• Wesley Heights residents upset about proposed rezoning

    By: Stephanie Tinoco

    Updated:

    Story Highlights

    Residents heard from the developer at a public hearing Thursday night at the Wallace Pruitt Recreation Center on Tuckaseegee Road.

    CHARLOTTE, N.C. - Residents in Wesley Heights are upset about proposed rezoning for new condos.

    Dozens of homeowners in the Wesley Heights neighborhood voiced their concerns to developers, with the Drakeford Company, during a meeting Thursday night at the Wallace Pruitt Recreation Center.

    They say Wesley Heights is designated as a historic neighborhood and rezoning would have implications on other historic areas like Dilworth and Plaza Midwood.

    The developers’ plan to put up townhomes in the neighborhood could set a precedent for more development in historic neighborhoods across Charlotte.

    Developers are looking at rezoning a couple of homes on Walnut Street.

    Some residents are in favor of development, but not in their backyard.

    Kevin Jones walked Channel 9 through his backyard to show how a rezoning plan would affect the privacy of his family and the entire historic Wesley Heights neighborhood.

    "This decision has huge ramifications for the rest of the city,” Jones said.

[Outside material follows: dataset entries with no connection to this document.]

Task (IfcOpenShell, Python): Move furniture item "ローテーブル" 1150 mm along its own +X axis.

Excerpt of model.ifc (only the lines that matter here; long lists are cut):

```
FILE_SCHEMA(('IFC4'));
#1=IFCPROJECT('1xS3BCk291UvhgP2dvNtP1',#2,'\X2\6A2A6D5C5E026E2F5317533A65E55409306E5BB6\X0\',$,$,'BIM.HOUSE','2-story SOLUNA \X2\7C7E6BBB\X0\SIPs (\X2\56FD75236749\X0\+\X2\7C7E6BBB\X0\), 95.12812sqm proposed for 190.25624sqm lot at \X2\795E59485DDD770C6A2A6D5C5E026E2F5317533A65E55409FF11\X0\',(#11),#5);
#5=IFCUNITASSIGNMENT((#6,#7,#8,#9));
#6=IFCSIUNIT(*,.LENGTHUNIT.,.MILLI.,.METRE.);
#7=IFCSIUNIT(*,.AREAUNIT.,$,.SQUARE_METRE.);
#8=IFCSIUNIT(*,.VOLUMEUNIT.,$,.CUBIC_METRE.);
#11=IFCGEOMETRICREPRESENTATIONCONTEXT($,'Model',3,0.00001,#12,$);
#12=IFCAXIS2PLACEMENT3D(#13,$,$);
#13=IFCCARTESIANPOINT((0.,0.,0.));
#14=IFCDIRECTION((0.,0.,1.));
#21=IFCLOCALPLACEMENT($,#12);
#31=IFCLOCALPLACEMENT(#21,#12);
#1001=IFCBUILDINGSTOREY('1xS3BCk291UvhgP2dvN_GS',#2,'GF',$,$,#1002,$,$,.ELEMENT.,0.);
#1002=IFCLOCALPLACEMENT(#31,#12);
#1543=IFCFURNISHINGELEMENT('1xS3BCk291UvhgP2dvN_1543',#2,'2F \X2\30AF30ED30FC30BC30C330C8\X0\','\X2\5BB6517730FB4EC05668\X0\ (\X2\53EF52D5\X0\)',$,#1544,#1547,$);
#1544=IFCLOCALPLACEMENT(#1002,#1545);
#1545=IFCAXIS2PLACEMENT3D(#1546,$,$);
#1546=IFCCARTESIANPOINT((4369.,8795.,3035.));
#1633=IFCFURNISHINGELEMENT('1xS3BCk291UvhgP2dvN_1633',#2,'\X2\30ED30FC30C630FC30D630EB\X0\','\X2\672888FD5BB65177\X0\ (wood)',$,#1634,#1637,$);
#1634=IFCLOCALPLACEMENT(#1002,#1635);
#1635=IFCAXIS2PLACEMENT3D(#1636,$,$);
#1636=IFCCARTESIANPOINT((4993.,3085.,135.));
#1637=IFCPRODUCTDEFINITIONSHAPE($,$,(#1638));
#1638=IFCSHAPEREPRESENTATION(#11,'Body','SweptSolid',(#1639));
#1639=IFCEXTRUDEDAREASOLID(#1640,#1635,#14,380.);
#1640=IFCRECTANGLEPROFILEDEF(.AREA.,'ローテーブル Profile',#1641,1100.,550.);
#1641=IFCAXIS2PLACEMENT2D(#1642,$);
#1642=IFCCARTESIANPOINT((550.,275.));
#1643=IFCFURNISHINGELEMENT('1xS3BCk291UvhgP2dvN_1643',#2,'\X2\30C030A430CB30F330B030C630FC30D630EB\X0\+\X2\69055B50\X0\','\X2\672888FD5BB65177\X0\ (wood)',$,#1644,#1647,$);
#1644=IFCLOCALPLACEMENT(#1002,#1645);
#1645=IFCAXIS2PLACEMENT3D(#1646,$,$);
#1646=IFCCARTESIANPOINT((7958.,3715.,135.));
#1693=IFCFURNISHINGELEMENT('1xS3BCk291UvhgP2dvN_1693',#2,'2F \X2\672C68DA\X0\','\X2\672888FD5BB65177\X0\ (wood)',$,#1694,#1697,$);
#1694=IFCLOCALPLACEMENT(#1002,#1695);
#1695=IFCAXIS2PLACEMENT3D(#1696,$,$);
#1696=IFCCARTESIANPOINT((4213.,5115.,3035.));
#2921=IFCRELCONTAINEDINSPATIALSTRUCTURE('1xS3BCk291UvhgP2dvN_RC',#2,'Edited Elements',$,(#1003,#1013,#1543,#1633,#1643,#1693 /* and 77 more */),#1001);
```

```python
import ifcopenshell
import ifcopenshell.api.geometry
import ifcopenshell.util.placement
import ifcopenshell.util.unit

model = ifcopenshell.open("model.ifc")
unit_scale = ifcopenshell.util.unit.calculate_unit_scale(model)

item = model.by_id(1633)
matrix = ifcopenshell.util.placement.get_local_placement(item.ObjectPlacement)
matrix[:3, 3] += matrix[:3, 0] * 1.15 / unit_scale
ifcopenshell.api.geometry.edit_object_placement(model, product=item, matrix=matrix, is_si=False)

print(ifcopenshell.util.placement.get_local_placement(item.ObjectPlacement).round(3) + 0.0)

model.write("model_rev.ifc")
```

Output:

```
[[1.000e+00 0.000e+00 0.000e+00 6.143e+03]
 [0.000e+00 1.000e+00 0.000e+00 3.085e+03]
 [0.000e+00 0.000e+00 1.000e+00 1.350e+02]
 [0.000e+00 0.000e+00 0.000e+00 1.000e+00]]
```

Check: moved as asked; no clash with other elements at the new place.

    A developer filed a rezoning petition for two homes on Walnut Avenue to change the area from residential to multiple-use.

    This would allow the developer to build four-story townhomes.

    Developers claim the townhomes would address rapid city growth while increasing property value.

    "Condos in the backyard doesn't really fit with the character or nature of this neighborhood,” Jones said.

    Homeowners said they are not against development, but they want better options that will preserve their community.

    "We have a historic district, not only local, but national historic designation,” resident Geraldine Johnson said.

    City Councilman-elect Justin Harlow, who was at the meeting, said “I think it will definitely be an eye-opener for developers if this passes."

    Harlow said he has received many letters opposing the project, but there are homeowners who support it.

    The project is still in its early stages.

    There will be another neighborhood meeting before a zoning hearing occurs.

    The City Council is expected to vote in January on whether to rezone the area.